Updated: Jan 4, 2020


Marie and Pierre Curie (centre) in their laboratory, Paris


Looking for a subject for her doctoral thesis, Marie Curie decided to look into uranium rays as a possible field of research. The term radioactivity, which describes the phenomenon of radiation caused by atomic decay, was in fact invented by Marie Curie.

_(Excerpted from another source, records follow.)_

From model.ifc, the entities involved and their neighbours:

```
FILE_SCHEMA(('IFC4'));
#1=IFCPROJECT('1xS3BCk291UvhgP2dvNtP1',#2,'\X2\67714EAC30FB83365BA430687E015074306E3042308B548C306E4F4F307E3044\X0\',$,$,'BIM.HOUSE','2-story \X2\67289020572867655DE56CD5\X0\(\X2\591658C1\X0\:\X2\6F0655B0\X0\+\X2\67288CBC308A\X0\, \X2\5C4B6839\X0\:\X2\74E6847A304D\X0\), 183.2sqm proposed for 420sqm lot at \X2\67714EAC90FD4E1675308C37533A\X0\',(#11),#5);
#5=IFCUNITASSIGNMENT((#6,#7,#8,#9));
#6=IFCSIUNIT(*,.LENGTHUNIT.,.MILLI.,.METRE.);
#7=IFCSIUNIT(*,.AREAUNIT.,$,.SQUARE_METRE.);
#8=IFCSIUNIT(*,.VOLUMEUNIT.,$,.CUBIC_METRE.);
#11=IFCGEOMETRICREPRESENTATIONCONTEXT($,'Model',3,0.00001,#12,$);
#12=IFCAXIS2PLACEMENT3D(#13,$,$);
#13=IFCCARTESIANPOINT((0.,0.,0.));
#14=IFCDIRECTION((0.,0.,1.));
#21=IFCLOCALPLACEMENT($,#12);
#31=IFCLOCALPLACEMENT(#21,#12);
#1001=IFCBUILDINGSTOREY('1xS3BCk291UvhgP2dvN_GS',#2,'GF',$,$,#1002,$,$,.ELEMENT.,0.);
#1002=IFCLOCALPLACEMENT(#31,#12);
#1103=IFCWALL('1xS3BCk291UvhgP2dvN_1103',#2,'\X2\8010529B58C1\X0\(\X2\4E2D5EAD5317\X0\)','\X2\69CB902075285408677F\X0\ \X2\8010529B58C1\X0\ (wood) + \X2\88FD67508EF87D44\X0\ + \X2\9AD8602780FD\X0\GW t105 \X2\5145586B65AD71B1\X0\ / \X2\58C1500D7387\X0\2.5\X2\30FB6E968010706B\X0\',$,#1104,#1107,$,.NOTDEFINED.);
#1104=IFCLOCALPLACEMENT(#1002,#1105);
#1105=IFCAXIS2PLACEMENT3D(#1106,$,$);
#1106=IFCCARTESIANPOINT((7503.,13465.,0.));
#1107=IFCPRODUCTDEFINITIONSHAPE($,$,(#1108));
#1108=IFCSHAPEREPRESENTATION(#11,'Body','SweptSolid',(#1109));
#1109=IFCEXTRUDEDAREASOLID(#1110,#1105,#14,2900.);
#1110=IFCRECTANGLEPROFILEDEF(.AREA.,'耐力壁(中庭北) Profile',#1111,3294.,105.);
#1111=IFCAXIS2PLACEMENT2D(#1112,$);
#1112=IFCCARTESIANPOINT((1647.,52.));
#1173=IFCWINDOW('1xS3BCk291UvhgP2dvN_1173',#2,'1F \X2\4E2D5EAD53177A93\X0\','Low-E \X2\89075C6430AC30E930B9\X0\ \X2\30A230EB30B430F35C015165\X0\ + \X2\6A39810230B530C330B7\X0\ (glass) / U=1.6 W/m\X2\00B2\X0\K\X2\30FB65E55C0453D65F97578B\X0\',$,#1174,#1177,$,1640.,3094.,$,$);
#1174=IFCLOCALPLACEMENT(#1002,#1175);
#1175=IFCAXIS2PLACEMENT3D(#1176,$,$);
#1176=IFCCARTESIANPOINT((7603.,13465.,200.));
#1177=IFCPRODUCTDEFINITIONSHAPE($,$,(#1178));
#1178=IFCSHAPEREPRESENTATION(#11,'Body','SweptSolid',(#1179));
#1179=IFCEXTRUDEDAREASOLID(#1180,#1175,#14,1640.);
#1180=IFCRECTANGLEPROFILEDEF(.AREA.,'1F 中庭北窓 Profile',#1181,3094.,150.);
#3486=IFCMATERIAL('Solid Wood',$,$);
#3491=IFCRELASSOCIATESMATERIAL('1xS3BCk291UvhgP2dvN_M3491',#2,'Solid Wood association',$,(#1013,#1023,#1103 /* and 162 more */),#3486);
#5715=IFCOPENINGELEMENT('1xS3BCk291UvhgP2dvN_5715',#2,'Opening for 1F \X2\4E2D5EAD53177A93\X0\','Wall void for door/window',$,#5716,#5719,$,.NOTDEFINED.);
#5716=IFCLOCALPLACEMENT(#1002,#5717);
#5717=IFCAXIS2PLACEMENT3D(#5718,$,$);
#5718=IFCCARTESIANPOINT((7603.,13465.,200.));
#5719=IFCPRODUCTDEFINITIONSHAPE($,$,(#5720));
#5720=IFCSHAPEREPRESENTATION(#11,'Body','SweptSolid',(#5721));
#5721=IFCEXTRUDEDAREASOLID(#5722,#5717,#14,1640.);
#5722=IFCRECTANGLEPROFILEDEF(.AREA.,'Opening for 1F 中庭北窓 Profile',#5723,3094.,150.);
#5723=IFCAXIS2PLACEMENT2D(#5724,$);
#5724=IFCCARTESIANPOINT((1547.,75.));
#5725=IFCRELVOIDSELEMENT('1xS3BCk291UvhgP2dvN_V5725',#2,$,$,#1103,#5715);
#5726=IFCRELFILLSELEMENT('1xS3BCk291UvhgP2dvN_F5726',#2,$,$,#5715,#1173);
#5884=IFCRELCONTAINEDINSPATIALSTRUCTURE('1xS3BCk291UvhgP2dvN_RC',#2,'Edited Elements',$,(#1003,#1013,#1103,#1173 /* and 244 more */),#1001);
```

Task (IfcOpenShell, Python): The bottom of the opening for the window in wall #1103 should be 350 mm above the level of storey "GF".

```python
import numpy as np
import ifcopenshell
import ifcopenshell.api.geometry
import ifcopenshell.geom
import ifcopenshell.util.element
import ifcopenshell.util.placement
import ifcopenshell.util.shape
import ifcopenshell.util.unit

model = ifcopenshell.open("model.ifc")
unit_scale = ifcopenshell.util.unit.calculate_unit_scale(model)

window = model.by_guid("1xS3BCk291UvhgP2dvN_1173")
opening = window.FillsVoids[0].RelatingOpeningElement
storey = ifcopenshell.util.element.get_container(window, ifc_class="IfcBuildingStorey")
level = ifcopenshell.util.placement.get_local_placement(storey.ObjectPlacement)[2, 3]

# The opening's origin need not be at the sill, so measure its lowest point.
shape = ifcopenshell.geom.create_shape(ifcopenshell.geom.settings(), opening)
bottom = ifcopenshell.util.shape.get_shape_bottom_elevation(shape, shape.geometry) / unit_scale
dz = level + 0.35 / unit_scale - bottom

shift = np.array([0.0, 0.0, dz])
# The window is not placed relative to its opening, so move both.
for product in (opening, window):
    matrix = ifcopenshell.util.placement.get_local_placement(product.ObjectPlacement)
    matrix[:3, 3] += shift
    ifcopenshell.api.geometry.edit_object_placement(model, product=product, matrix=matrix, is_si=False)

print(f"moved by {dz * unit_scale:+.3f} m")

model.write("model_edited.ifc")
```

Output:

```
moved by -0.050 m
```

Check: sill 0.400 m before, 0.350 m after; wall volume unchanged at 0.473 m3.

Curie's systematic studies of pitchblende and torbernite concluded that these two minerals must contain small quantities of another substance that was far more active than uranium. And by 1898 she discovered that the element “thorium” was also radioactive.


Pierre Curie increasingly fascinated by her work in 1898 dropped his work on crystals and joined her.


In July 1898, Curie and her husband published a joint paper announcing the existence of an element which they named ”polonium” after her native Poland, whereas on 26 December 1898, the Curies announced the existence of a second element, which they named “radium”.


To prove their existence they then sought to isolate these elements from pitchblende.


On the 20th of April 1902 in their laboratory in Paris, from a ton of pitchblende, one-tenth of a gram of “radium chloride” was successfully separated.

For this work, one year later in 1903 she was awarded her doctorate of science and shared the Nobel Prize in physics with her husband and Henri Becquerel. She was the first woman to win a Nobel Prize.